Above assumes using a plain butt joint.


----------



## HiReZ (Jul 19, 2011)

Yes, I forget that a 2x is 1.5in. This is enough support for a half lap?


----------



## wryan (Dec 6, 2015)

HiReZ said:


> Yes, I forget that a 2x is 1.5in. *This is enough support for a half lap?*


Why would you do that (half lap joint) ... versus just using a simple butt joint ?


----------



## HiReZ (Jul 19, 2011)

That was my question. Then I suppose you wouldn't do it for any reason.


----------



## wryan (Dec 6, 2015)

HiReZ said:


> That was my question. Then I suppose you wouldn't do it for any reason.


And here are my questions:

Which way would you half lap it ? (vertically or horizontally)

And what would doing so gain you ?

I don't see it as gaining much ... if anything. It seems to me that it just adds an unnecessary complication.

FWIW, the wood stand for my 55g is a fairly cheap affair, that the owner of the LFS where I purchased my tank produced himself and offered for sale to customers.

It is an "open design" and is not a piece of furniture. It is 30 years old.

It consists of a top and bottom frame and four legs ... and is designed to disassembled if need be for storage/transport. All of it is made from 2 x 4's ... four pieces of 2 x 4 for each frame, and four single 2 x 4's, one for each leg.

Each "leg" has two (upper and lower) 3 1/2" wide slots cut into it 1/2" deep, that the top and bottom frames sit on. The top and bottom frames are secured to the legs by means of 1/4" x 3" bolt. The bolts are *not* in shear ... they carry no weight whatsoever - they only serve to ensure that the frames remain in their respective slots.

My point in sharing all of this is how little is really needed (or how little one can get away with), in terms of a load bearing area on the frames and legs.

Having said that, I don't think I'd want to trip and fall into the tank/stand ... and if I were to build a stand myself, I'd probably use an additional inside 2 x 4 under the top frame on each leg and then skin the whole thing in plywood as a cabinet.

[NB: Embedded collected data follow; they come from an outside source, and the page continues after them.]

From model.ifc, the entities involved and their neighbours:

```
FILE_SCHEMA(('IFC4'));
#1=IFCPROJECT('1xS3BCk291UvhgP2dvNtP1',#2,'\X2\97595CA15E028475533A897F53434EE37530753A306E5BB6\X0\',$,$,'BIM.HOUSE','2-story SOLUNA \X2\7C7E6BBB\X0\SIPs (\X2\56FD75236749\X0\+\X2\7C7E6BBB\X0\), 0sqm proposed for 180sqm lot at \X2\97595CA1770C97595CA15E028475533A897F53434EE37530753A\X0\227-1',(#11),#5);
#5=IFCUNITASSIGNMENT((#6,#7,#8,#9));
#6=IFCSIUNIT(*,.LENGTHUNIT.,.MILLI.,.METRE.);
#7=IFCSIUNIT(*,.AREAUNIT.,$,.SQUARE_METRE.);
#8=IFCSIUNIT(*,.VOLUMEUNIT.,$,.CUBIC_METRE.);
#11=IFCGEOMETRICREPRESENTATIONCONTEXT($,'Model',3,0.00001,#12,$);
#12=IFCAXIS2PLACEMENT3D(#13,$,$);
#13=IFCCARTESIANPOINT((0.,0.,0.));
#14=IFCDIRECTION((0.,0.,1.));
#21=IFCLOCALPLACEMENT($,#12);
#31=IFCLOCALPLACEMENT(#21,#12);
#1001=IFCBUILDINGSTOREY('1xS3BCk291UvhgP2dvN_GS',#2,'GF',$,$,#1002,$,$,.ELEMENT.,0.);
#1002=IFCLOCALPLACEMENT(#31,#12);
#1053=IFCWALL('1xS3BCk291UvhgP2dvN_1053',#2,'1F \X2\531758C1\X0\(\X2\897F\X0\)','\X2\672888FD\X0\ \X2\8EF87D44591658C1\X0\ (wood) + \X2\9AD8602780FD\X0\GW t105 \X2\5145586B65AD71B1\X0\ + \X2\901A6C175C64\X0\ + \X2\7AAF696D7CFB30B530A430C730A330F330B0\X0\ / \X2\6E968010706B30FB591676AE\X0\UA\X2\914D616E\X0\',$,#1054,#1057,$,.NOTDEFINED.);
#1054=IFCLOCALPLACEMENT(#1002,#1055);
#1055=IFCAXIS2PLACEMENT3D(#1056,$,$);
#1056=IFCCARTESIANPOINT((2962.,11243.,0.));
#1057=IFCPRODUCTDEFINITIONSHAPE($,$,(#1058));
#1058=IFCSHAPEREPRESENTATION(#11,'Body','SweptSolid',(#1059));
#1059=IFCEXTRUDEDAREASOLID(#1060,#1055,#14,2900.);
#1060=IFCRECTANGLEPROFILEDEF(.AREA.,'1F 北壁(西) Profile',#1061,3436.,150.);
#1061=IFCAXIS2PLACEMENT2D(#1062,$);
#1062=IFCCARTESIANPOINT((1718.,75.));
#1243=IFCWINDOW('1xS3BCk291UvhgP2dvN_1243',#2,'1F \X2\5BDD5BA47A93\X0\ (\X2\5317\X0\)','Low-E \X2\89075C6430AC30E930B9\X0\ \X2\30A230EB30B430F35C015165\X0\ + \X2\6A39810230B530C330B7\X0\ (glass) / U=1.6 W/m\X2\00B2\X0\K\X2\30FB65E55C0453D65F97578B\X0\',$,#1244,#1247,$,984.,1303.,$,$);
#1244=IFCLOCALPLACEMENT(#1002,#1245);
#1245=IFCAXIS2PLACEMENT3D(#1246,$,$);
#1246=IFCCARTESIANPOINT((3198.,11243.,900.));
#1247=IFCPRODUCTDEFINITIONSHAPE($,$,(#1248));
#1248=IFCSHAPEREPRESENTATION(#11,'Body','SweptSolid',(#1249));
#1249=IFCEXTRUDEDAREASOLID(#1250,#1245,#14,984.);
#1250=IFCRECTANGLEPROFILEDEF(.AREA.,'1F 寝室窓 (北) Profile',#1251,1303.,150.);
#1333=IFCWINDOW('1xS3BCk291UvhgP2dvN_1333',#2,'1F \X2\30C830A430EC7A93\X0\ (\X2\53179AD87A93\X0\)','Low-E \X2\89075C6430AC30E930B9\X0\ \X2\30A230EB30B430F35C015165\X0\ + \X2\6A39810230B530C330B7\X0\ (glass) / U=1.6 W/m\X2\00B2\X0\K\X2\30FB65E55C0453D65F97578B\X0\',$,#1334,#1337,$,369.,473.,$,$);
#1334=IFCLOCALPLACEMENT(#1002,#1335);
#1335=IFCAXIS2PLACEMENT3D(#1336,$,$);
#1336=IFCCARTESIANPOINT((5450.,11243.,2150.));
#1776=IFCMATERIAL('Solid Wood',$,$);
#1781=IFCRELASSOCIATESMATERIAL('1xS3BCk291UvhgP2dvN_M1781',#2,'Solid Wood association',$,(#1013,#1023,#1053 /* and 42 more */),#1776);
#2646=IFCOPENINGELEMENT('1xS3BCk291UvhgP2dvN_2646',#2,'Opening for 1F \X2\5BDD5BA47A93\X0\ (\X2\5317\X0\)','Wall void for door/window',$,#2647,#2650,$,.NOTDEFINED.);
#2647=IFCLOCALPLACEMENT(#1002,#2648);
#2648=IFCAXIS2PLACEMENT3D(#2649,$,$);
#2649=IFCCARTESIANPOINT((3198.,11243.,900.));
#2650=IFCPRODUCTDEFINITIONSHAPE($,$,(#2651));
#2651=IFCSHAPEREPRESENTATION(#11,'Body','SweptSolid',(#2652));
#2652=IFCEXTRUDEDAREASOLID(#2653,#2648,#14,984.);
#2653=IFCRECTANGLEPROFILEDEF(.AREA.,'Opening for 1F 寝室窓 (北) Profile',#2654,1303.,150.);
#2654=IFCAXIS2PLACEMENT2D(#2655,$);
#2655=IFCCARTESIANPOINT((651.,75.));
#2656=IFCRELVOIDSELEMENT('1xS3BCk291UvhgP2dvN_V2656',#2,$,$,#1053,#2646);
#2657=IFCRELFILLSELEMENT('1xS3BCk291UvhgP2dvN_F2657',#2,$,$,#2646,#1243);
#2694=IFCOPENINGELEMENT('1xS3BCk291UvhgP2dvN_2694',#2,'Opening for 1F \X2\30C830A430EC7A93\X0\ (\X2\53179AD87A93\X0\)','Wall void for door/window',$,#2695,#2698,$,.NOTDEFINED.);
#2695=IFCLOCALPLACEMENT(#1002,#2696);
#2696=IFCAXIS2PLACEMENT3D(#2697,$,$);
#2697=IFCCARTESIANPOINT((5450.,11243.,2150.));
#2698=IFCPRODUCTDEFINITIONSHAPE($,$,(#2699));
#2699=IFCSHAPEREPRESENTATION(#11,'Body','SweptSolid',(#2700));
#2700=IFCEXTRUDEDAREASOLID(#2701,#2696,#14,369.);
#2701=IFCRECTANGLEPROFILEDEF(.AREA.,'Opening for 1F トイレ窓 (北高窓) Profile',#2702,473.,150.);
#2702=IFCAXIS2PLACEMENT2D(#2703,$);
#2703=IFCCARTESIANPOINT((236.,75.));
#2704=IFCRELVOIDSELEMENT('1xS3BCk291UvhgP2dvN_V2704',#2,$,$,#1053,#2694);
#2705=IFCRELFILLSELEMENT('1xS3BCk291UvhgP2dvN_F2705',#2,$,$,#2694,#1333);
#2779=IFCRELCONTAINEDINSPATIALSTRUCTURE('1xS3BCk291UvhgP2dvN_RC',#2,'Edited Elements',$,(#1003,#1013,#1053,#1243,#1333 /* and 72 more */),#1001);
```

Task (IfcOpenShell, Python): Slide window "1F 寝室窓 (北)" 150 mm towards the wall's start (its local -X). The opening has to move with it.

```python
import ifcopenshell
import ifcopenshell.api.geometry
import ifcopenshell.util.placement

model = ifcopenshell.open("model.ifc")

window = model.by_guid("1xS3BCk291UvhgP2dvN_1243")
opening = window.FillsVoids[0].RelatingOpeningElement
wall = opening.VoidsElements[0].RelatingBuildingElement

wall_matrix = ifcopenshell.util.placement.get_local_placement(wall.ObjectPlacement)
shift = wall_matrix[:3, 0] * -150.0
before = ifcopenshell.util.placement.get_local_placement(window.ObjectPlacement)[:3, 3].copy()

# The window is not placed relative to its opening, so move both.
for product in (opening, window):
    matrix = ifcopenshell.util.placement.get_local_placement(product.ObjectPlacement)
    matrix[:3, 3] += shift
    ifcopenshell.api.geometry.edit_object_placement(model, product=product, matrix=matrix, is_si=False)

after = ifcopenshell.util.placement.get_local_placement(window.ObjectPlacement)[:3, 3]
print("window moved by", (after - before).round(3) + 0.0)

model.write("model_rev.ifc")
```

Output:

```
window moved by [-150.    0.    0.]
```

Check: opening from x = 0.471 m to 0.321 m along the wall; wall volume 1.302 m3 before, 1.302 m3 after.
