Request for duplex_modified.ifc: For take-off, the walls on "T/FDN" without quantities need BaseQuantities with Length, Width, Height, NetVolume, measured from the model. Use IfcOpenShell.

First a look at what the model holds.

```python
import ifcopenshell
import ifcopenshell.util.element
import ifcopenshell.util.unit

model = ifcopenshell.open("duplex_modified.ifc")
print(model.schema)
for unit_type in ("LENGTHUNIT", "AREAUNIT", "VOLUMEUNIT"):
    print(unit_type, ifcopenshell.util.unit.calculate_unit_scale(model, unit_type))
storey = next(s for s in model.by_type("IfcBuildingStorey") if s.Name == "T/FDN")
walls = [e for e in ifcopenshell.util.element.get_decomposition(storey) if e.is_a("IfcWall")]
for e in sorted(walls, key=lambda e: e.id()):
    print(e.id(), e.is_a(), e.Name, list(ifcopenshell.util.element.get_psets(e, qtos_only=True)), sep=" | ")
```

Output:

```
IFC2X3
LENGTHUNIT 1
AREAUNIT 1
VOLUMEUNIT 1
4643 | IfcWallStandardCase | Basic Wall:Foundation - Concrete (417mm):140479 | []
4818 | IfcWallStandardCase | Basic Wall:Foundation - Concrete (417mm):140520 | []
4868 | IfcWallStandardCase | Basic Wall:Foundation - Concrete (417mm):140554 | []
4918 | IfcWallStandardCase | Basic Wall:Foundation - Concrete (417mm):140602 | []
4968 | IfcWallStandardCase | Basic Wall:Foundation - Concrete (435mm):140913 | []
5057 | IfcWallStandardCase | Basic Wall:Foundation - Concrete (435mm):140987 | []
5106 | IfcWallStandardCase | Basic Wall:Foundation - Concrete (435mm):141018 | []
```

```python
import ifcopenshell
import ifcopenshell.api.pset
import ifcopenshell.geom
import ifcopenshell.util.element
import ifcopenshell.util.shape
import ifcopenshell.util.unit

model = ifcopenshell.open("duplex_modified.ifc")
unit_scale = ifcopenshell.util.unit.calculate_unit_scale(model)
volume_scale = ifcopenshell.util.unit.calculate_unit_scale(model, "VOLUMEUNIT")
settings = ifcopenshell.geom.settings()

storey = next(s for s in model.by_type("IfcBuildingStorey") if s.Name == "T/FDN")
walls = [e for e in ifcopenshell.util.element.get_decomposition(storey) if e.is_a("IfcWall")]

for e in sorted(walls, key=lambda e: e.id()):
    if ifcopenshell.util.element.get_psets(e, qtos_only=True, should_inherit=False):
        continue
    # Geometry comes back in metres, in the element's own axes.
    shape = ifcopenshell.geom.create_shape(settings, e)
    values = {
        "Length": ifcopenshell.util.shape.get_x(shape.geometry) / unit_scale,
        "Width": ifcopenshell.util.shape.get_y(shape.geometry) / unit_scale,
        "Height": ifcopenshell.util.shape.get_z(shape.geometry) / unit_scale,
        "NetVolume": ifcopenshell.util.shape.get_volume(shape.geometry) / volume_scale,
    }
    qto = ifcopenshell.api.pset.add_qto(model, product=e, name="BaseQuantities")
    ifcopenshell.api.pset.edit_qto(model, qto=qto, properties=values)
    print(e.id(), {k: round(v, 3) for k, v in values.items()})

model.write("duplex_modified_v2.ifc")
```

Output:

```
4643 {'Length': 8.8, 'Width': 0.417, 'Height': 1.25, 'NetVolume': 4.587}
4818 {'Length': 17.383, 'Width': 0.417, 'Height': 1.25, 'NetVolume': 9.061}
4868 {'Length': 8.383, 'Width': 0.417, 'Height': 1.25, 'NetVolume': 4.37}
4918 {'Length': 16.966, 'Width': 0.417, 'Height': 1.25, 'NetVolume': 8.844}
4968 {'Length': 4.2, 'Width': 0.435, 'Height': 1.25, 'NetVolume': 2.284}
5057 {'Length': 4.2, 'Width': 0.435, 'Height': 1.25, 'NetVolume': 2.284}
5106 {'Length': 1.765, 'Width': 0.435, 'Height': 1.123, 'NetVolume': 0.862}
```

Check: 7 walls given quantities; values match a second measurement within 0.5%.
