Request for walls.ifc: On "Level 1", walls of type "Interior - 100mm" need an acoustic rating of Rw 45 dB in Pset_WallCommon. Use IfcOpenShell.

First a look at what the model holds.

```python
import ifcopenshell
import ifcopenshell.util.element

model = ifcopenshell.open("walls.ifc")
print(model.schema)
storey = next(s for s in model.by_type("IfcBuildingStorey") if s.Name == "Level 1")
walls = [e for e in ifcopenshell.util.element.get_decomposition(storey) if e.is_a("IfcWall")]
seen = {}
for e in walls:
    element_type = ifcopenshell.util.element.get_type(e)
    key = (element_type.Name if element_type != e and element_type else None, ifcopenshell.util.element.get_pset(e, "Pset_WallCommon", "AcousticRating"))
    seen[key] = seen.get(key, 0) + 1
for (name, value), count in sorted(seen.items(), key=str):
    print(count, "x", name, "|", value)
```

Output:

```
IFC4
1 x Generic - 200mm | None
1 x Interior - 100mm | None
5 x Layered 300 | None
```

```python
import ifcopenshell
import ifcopenshell.api.pset
import ifcopenshell.util.element

model = ifcopenshell.open("walls.ifc")

storey = next(s for s in model.by_type("IfcBuildingStorey") if s.Name == "Level 1")
walls = [e for e in ifcopenshell.util.element.get_decomposition(storey) if e.is_a("IfcWall")]

count = 0
for e in walls:
    element_type = ifcopenshell.util.element.get_type(e)
    if element_type in (None, e) or element_type.Name != "Interior - 100mm":
        continue
    # add_pset returns the element's existing set when there is one.
    pset = ifcopenshell.api.pset.add_pset(model, product=e, name="Pset_WallCommon")
    ifcopenshell.api.pset.edit_pset(model, pset=pset, properties={"AcousticRating": "Rw 45 dB"})
    count += 1

print(count, "walls updated")

model.write("walls_rev.ifc")
```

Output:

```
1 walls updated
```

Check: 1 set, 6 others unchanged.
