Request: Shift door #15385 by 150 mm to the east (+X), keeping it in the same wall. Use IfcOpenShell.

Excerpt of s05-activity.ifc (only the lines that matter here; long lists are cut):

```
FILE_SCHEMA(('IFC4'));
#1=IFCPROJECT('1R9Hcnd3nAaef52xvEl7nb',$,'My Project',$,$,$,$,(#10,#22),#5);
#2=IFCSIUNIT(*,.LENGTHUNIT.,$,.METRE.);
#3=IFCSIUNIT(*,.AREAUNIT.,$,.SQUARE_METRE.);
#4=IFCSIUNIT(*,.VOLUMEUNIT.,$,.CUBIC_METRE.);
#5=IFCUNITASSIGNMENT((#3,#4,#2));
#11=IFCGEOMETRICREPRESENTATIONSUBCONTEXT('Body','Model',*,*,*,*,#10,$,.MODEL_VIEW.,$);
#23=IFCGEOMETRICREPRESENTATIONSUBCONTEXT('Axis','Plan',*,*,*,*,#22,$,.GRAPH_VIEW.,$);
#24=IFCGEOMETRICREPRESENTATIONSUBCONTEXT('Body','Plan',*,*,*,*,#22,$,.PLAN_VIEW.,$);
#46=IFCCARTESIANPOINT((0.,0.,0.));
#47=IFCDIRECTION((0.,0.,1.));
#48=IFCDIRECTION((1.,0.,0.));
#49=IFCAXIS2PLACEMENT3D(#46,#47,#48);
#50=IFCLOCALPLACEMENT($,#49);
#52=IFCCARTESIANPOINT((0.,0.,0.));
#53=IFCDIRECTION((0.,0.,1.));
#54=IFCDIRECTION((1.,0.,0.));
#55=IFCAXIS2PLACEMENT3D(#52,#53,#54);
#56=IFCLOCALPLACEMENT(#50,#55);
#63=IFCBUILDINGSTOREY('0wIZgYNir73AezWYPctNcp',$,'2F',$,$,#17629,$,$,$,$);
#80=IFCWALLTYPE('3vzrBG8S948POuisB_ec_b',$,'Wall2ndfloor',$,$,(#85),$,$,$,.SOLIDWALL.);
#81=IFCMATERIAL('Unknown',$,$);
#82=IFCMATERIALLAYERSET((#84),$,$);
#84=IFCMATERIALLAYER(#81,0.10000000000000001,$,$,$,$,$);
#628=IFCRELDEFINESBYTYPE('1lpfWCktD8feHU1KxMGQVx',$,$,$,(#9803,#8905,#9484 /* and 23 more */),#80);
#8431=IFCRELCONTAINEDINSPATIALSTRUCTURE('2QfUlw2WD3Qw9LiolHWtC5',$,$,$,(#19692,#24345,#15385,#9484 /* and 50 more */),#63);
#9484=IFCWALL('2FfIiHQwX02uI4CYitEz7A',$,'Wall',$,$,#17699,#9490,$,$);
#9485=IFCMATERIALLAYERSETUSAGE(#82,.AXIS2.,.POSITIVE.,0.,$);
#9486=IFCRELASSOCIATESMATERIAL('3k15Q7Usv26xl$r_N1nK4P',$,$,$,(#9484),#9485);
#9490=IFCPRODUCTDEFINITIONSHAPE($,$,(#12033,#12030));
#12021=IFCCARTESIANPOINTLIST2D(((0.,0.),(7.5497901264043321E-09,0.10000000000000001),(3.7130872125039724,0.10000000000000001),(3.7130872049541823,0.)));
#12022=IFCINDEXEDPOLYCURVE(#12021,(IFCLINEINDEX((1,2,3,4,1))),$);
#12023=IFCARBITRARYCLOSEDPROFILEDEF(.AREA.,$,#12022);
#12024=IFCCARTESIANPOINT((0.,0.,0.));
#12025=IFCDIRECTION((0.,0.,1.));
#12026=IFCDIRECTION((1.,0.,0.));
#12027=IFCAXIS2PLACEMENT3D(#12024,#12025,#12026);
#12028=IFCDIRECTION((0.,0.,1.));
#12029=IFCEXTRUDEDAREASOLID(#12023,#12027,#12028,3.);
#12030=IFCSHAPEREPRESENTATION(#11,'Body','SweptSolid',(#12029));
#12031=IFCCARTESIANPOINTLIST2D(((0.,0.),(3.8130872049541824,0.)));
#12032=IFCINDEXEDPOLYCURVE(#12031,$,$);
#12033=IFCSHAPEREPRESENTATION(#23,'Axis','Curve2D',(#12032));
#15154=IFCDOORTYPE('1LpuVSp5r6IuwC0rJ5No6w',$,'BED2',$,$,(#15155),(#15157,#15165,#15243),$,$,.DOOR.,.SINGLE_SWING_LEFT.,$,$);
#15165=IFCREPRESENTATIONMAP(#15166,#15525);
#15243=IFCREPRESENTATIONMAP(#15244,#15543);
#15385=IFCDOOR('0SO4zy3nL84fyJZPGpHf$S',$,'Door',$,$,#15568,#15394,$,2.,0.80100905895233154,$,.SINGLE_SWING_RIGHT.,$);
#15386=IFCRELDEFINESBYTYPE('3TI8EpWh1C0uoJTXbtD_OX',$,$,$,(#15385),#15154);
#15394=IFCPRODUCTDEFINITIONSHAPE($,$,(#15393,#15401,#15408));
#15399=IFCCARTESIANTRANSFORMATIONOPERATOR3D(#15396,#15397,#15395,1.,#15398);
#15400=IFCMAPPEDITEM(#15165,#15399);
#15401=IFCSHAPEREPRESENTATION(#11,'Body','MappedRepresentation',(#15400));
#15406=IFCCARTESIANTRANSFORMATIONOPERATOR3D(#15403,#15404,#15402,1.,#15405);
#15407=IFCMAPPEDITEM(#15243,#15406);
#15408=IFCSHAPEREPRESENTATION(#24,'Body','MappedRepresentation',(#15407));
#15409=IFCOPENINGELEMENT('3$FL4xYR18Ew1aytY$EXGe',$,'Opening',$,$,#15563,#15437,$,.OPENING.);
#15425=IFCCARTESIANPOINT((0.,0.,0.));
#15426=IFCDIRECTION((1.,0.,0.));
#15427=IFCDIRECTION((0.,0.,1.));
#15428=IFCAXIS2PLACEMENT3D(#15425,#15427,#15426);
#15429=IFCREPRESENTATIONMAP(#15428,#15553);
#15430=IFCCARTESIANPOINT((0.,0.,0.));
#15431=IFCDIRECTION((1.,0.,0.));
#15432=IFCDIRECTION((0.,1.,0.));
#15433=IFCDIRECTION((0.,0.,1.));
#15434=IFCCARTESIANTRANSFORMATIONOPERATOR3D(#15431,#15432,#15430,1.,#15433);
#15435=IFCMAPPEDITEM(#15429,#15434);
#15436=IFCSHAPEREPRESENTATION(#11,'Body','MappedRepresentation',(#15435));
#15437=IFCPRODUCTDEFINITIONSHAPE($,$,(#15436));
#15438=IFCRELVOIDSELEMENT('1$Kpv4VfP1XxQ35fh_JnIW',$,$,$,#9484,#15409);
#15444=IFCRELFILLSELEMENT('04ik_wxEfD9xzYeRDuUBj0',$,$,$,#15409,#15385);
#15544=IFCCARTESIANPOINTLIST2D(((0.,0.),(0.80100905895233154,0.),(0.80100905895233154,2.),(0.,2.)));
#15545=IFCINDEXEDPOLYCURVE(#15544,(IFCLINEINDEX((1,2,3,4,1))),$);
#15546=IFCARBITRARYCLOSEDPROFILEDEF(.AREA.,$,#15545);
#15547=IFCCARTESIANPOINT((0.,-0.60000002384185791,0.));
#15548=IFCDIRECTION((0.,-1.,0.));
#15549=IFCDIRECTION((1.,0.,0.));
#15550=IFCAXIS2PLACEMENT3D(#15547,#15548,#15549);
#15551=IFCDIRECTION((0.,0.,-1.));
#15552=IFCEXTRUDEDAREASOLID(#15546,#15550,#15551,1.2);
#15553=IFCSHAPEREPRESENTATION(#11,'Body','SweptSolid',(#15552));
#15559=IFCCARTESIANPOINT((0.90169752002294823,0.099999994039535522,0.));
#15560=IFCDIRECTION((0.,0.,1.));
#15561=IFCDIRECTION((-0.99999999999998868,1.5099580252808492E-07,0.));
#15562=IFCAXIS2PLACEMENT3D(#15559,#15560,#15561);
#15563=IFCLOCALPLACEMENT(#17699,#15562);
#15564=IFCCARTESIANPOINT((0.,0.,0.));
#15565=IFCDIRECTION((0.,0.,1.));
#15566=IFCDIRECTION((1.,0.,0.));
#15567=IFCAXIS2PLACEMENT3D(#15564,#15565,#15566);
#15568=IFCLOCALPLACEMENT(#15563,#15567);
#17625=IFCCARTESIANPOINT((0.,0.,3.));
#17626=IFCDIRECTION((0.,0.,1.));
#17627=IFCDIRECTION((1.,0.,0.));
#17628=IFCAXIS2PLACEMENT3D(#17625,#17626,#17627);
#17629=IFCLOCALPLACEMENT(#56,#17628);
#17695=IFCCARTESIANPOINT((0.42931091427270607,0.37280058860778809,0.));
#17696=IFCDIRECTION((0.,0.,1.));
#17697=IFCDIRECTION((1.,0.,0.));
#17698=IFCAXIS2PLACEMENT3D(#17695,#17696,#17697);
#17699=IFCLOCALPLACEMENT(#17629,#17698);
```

```python
import ifcopenshell
import ifcopenshell.api.geometry
import ifcopenshell.util.placement
import ifcopenshell.util.unit

model = ifcopenshell.open("s05-activity.ifc")
unit_scale = ifcopenshell.util.unit.calculate_unit_scale(model)

door = model.by_id(15385)
opening = door.FillsVoids[0].RelatingOpeningElement
wall = opening.VoidsElements[0].RelatingBuildingElement

wall_matrix = ifcopenshell.util.placement.get_local_placement(wall.ObjectPlacement)
shift = wall_matrix[:3, 0] * 0.15 / unit_scale
before = ifcopenshell.util.placement.get_local_placement(door.ObjectPlacement)[:3, 3].copy()

# The door is placed relative to its opening, so it follows when the opening moves.
matrix = ifcopenshell.util.placement.get_local_placement(opening.ObjectPlacement)
matrix[:3, 3] += shift
ifcopenshell.api.geometry.edit_object_placement(
    model, product=opening, matrix=matrix, is_si=False, should_transform_children=True
)

after = ifcopenshell.util.placement.get_local_placement(door.ObjectPlacement)[:3, 3]
print("door moved by", (after - before).round(3) + 0.0)

model.write("s05-activity_rev.ifc")
```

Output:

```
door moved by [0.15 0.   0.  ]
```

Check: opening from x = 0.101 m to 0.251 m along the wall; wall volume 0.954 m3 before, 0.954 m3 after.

And while I appreciate your artistic sense, in terms of the furniture you seem to prefer, I probably would not build a stand in the way you have it rendered.


----------



## wryan (Dec 6, 2015)

wryan said:


> ... And while I appreciate your artistic sense, in terms of the furniture you seem to prefer, I probably would not build a stand in the way you have it rendered.


Allow me the right to reserve to modify that last comment above, in light of some additional info:

How are you planning to attach the side and rear panels ?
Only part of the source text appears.